Mannerfelt syndrome refers to rupture of the flexor pollicis longus tendon from attrition caused by a bony spur in the carpal tunnel. Such ruptures were described by multiple authors from 1891 on. [1, 2, 3, 4, 5, 6] In 1969, Mannerfelt published his series of attrition flexor tendon ruptures in rheumatoid arthritis (RA) caused by bony spurs in the carpal tunnel.  The flexor pollicis longus tendon was the flexor tendon most commonly ruptured in this setting; consequently, this specific lesion was named after Mannerfelt.

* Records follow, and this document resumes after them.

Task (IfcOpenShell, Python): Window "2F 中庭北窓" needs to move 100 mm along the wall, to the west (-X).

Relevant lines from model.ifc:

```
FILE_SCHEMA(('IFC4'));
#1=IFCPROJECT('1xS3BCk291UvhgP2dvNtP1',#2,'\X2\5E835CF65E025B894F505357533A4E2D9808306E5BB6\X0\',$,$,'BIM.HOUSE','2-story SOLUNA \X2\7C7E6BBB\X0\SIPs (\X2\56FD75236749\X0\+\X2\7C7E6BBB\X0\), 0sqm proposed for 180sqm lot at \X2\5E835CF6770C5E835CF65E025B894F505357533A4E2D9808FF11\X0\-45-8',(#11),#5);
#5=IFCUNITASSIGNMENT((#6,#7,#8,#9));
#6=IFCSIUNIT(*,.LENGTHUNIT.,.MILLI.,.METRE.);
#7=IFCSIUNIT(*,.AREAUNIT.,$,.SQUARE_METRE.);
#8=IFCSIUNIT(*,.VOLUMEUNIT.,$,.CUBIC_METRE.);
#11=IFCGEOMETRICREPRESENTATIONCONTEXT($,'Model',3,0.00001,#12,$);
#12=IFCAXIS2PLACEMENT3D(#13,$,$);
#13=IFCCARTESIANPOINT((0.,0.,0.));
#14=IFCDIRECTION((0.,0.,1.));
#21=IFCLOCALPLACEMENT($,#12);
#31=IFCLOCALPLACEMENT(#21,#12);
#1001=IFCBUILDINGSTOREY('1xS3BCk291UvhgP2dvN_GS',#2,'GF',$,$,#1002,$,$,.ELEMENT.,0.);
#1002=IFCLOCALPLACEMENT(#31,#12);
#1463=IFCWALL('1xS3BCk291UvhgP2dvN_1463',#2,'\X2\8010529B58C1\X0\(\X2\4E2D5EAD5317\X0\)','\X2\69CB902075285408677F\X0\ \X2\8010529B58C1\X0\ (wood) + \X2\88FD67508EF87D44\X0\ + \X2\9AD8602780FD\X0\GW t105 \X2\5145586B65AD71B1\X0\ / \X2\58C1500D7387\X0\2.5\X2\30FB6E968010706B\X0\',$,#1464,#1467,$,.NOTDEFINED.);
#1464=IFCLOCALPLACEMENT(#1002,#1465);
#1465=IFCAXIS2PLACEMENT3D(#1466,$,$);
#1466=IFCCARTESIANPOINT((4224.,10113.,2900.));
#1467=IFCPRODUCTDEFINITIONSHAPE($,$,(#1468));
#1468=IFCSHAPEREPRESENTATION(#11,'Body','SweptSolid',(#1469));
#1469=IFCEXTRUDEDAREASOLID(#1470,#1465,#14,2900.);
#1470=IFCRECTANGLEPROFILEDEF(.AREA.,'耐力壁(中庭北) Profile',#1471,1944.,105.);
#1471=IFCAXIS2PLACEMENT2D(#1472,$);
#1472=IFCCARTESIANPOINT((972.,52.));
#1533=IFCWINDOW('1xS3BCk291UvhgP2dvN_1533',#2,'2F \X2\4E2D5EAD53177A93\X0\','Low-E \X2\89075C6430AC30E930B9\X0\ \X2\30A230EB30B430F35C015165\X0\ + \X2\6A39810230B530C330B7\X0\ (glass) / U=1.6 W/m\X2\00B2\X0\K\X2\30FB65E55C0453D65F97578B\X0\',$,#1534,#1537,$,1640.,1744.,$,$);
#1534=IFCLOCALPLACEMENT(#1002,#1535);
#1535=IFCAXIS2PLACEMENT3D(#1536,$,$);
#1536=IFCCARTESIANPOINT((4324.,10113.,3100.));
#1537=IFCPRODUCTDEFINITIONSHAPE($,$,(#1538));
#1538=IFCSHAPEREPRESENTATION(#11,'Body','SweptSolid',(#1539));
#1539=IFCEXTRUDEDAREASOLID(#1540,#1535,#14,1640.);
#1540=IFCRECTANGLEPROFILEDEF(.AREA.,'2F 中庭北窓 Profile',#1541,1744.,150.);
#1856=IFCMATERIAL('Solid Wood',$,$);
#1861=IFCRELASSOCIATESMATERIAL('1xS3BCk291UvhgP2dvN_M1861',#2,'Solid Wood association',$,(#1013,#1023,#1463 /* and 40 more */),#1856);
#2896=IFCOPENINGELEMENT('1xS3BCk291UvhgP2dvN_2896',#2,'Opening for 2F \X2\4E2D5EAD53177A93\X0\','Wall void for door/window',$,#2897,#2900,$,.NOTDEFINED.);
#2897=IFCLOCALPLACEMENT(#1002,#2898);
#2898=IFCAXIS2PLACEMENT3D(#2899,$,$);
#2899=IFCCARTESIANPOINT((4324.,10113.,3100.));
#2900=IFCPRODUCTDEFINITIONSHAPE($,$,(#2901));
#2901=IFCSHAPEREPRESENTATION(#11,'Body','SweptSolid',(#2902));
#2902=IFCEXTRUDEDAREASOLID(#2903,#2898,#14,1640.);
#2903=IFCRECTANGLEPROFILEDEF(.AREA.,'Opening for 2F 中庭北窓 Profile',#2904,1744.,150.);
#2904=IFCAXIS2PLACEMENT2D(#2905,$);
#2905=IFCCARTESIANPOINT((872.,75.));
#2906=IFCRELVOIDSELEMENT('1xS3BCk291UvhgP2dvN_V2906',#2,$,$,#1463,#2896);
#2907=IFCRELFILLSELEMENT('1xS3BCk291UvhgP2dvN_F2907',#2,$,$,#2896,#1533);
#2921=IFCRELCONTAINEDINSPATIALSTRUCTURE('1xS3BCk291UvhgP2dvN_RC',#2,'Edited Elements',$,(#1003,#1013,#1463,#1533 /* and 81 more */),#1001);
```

```python
import ifcopenshell
import ifcopenshell.api.geometry
import ifcopenshell.util.placement
import ifcopenshell.util.unit

model = ifcopenshell.open("model.ifc")
unit_scale = ifcopenshell.util.unit.calculate_unit_scale(model)

window = model.by_id(1533)
opening = window.FillsVoids[0].RelatingOpeningElement
wall = opening.VoidsElements[0].RelatingBuildingElement

wall_matrix = ifcopenshell.util.placement.get_local_placement(wall.ObjectPlacement)
shift = wall_matrix[:3, 0] * -0.1 / unit_scale
before = ifcopenshell.util.placement.get_local_placement(window.ObjectPlacement)[:3, 3].copy()

# The window is not placed relative to its opening, so move both.
for product in (opening, window):
    matrix = ifcopenshell.util.placement.get_local_placement(product.ObjectPlacement)
    matrix[:3, 3] += shift
    ifcopenshell.api.geometry.edit_object_placement(model, product=product, matrix=matrix, is_si=False)

after = ifcopenshell.util.placement.get_local_placement(window.ObjectPlacement)[:3, 3]
print("window moved by", (after - before).round(3) + 0.0)

model.write("model_updated.ifc")
```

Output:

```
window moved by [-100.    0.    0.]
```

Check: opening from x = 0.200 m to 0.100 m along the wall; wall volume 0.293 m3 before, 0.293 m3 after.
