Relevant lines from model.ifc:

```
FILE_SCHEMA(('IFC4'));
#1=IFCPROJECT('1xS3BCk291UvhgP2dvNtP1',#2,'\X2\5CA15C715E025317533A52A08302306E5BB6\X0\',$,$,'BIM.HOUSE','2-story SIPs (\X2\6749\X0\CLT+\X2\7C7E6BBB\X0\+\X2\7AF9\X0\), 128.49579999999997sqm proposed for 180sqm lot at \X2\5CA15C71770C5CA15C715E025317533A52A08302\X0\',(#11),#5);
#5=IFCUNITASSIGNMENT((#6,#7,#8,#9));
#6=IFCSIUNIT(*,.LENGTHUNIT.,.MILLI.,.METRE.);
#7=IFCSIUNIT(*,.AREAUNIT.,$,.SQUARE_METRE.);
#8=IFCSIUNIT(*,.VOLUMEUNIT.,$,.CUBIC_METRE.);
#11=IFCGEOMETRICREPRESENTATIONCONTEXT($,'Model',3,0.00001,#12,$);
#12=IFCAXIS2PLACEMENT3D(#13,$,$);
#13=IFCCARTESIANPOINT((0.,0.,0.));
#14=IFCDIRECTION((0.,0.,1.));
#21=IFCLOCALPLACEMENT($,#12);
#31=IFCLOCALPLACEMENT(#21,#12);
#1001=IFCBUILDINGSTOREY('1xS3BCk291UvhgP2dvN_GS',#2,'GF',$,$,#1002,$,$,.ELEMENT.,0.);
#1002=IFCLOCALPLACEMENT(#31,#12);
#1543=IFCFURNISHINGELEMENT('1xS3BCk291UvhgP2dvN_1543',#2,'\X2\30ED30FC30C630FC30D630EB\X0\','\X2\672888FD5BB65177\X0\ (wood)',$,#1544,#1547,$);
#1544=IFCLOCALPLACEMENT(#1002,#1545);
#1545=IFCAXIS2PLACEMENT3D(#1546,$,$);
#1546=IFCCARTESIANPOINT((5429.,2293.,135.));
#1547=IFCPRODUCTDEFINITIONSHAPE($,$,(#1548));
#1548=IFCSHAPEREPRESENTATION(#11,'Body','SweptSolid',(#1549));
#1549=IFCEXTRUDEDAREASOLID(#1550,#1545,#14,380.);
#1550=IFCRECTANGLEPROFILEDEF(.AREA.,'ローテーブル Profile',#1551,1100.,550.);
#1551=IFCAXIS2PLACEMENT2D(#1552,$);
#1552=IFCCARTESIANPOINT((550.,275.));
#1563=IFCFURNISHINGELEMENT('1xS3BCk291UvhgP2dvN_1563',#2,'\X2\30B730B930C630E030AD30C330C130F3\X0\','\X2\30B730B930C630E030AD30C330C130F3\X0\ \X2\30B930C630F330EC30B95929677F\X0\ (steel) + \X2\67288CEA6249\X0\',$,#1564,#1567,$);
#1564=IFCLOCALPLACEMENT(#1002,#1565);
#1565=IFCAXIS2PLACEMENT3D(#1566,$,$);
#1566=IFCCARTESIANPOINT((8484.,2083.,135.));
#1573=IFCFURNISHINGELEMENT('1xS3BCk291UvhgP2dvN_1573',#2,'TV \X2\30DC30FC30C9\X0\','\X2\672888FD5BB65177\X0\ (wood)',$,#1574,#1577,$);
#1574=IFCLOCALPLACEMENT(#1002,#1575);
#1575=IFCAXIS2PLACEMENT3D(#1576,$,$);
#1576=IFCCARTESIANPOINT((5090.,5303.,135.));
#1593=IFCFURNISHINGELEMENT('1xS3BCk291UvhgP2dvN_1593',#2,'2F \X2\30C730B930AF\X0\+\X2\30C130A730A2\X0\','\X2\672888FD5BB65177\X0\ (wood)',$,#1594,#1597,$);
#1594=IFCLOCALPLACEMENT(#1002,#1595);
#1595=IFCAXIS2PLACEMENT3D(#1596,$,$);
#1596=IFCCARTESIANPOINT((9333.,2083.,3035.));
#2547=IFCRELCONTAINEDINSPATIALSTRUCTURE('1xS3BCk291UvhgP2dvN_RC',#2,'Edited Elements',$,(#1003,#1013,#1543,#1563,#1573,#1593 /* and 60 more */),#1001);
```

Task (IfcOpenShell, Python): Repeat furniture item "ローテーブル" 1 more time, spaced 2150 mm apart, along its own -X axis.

```python
import ifcopenshell
import ifcopenshell.api.geometry
import ifcopenshell.api.root
import ifcopenshell.util.element
import ifcopenshell.util.placement
import ifcopenshell.util.unit

model = ifcopenshell.open("model.ifc")
unit_scale = ifcopenshell.util.unit.calculate_unit_scale(model)


def reuse_history(source, copy):
    """copy_class also copies each property set's owner history, people and application; keep the originals."""
    for rel in copy.IsDefinedBy:
        if rel.is_a("IfcRelDefinesByProperties") and (history := rel.RelatingPropertyDefinition.OwnerHistory):
            rel.RelatingPropertyDefinition.OwnerHistory = source.OwnerHistory
            ifcopenshell.util.element.remove_deep2(model, history)


source = model.by_guid("1xS3BCk291UvhgP2dvN_1543")
base = ifcopenshell.util.placement.get_local_placement(source.ObjectPlacement)
step = -base[:3, 0] * 2.15 / unit_scale

for i in range(1, 2):
    copy = ifcopenshell.api.root.copy_class(model, product=source)
    copy.Representation = ifcopenshell.util.element.copy_deep(
        model, source.Representation, exclude=["IfcGeometricRepresentationContext", "IfcRepresentationMap"]
    )
    reuse_history(source, copy)
    matrix = base.copy()
    matrix[:3, 3] += i * step
    print("added at", matrix[:3, 3].round(3) + 0.0)
    ifcopenshell.api.geometry.edit_object_placement(model, product=copy, matrix=matrix, is_si=False)

model.write("model_rev.ifc")
```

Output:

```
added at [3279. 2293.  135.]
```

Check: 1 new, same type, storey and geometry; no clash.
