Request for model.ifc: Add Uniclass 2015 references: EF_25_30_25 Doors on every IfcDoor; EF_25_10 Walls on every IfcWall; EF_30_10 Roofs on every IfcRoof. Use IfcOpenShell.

First a look at what the model holds.

```python
import ifcopenshell

model = ifcopenshell.open("model.ifc")
print(model.schema)
print("classifications:", [c.Name for c in model.by_type("IfcClassification")])
for ifc_class in ("IfcDoor", "IfcRoof", "IfcStair", "IfcWall", "IfcWindow"):
    print(ifc_class, len(model.by_type(ifc_class)))
```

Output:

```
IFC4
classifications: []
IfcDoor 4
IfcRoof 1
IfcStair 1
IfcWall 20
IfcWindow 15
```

```python
import ifcopenshell
import ifcopenshell.api.classification

model = ifcopenshell.open("model.ifc")

system = ifcopenshell.api.classification.add_classification(model, classification="Uniclass 2015")

codes = {
    "IfcDoor": ("EF_25_30_25", "Doors"),
    "IfcWall": ("EF_25_10", "Walls"),
    "IfcRoof": ("EF_30_10", "Roofs"),
}
for ifc_class, (code, name) in codes.items():
    products = model.by_type(ifc_class)
    ifcopenshell.api.classification.add_reference(
        model, products=products, classification=system, identification=code, name=name
    )
    print(code, len(products))

model.write("model_updated.ifc")
```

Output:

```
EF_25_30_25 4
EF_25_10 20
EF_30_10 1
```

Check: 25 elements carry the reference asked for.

Functional loss in Mannerfelt syndrome is variable. Even if the tendon has ruptured, continuity may exist through the peritendinous sheath or a pseudotendon. The patient presents with weak or no flexion of the distal phalanx. Flexor tendon ruptures occur consecutively, starting with the flexor pollicis longus and thereafter affecting other flexor tendons in a more ulnar direction.  Bilateral ruptures have been reported. 
In his series of patients with affected flexor tendons in the carpal tunnel, Mannerfelt reported that 20 of 25 patients had involvement of the flexor pollicis longus tendon and that nearly all flexor tendon attritions occurred in women. 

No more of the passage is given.